* _EXERCISE DETAILS_:
Take the line containing "world=origin(), true_north=direction((0.0, 1.0)))" and all lines after it to the end of the records, and output them exactly.

* _SUPPLIED DATA_:

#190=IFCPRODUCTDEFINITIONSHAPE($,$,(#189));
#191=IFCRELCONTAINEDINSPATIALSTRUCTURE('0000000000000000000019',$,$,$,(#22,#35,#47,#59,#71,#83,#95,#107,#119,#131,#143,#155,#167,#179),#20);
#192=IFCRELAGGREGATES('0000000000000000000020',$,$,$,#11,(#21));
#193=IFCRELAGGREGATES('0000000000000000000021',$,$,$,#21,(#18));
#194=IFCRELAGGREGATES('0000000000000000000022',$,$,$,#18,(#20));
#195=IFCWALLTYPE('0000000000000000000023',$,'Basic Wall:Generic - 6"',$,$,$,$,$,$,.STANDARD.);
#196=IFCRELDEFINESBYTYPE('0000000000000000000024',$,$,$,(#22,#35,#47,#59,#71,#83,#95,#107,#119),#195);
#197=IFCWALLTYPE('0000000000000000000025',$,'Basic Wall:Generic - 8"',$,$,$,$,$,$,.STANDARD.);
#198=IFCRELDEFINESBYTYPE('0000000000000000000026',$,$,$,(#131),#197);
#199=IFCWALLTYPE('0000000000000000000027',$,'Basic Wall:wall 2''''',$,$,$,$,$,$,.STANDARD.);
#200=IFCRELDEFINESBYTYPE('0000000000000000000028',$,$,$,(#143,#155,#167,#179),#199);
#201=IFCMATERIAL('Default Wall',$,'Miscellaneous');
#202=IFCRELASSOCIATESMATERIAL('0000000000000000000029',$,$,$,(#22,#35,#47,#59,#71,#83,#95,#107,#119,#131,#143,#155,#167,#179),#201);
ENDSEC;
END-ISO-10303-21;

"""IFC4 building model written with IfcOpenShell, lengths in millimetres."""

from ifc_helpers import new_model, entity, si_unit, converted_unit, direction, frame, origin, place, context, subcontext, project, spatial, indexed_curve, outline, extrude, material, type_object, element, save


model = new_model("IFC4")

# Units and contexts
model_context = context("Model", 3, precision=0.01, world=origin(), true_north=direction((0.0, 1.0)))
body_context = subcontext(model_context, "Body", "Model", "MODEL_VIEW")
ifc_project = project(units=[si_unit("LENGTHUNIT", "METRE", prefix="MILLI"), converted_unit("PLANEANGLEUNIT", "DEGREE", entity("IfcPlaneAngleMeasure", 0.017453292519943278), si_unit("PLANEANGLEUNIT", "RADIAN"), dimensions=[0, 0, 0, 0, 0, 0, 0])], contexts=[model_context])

* _SOLUTION FOR THIS TASK_:
model_context = context("Model", 3, precision=0.01, world=origin(), true_north=direction((0.0, 1.0)))
body_context = subcontext(model_context, "Body", "Model", "MODEL_VIEW")
ifc_project = project(units=[si_unit("LENGTHUNIT", "METRE", prefix="MILLI"), converted_unit("PLANEANGLEUNIT", "DEGREE", entity("IfcPlaneAngleMeasure", 0.017453292519943278), si_unit("PLANEANGLEUNIT", "RADIAN"), dimensions=[0, 0, 0, 0, 0, 0, 0])], contexts=[model_context])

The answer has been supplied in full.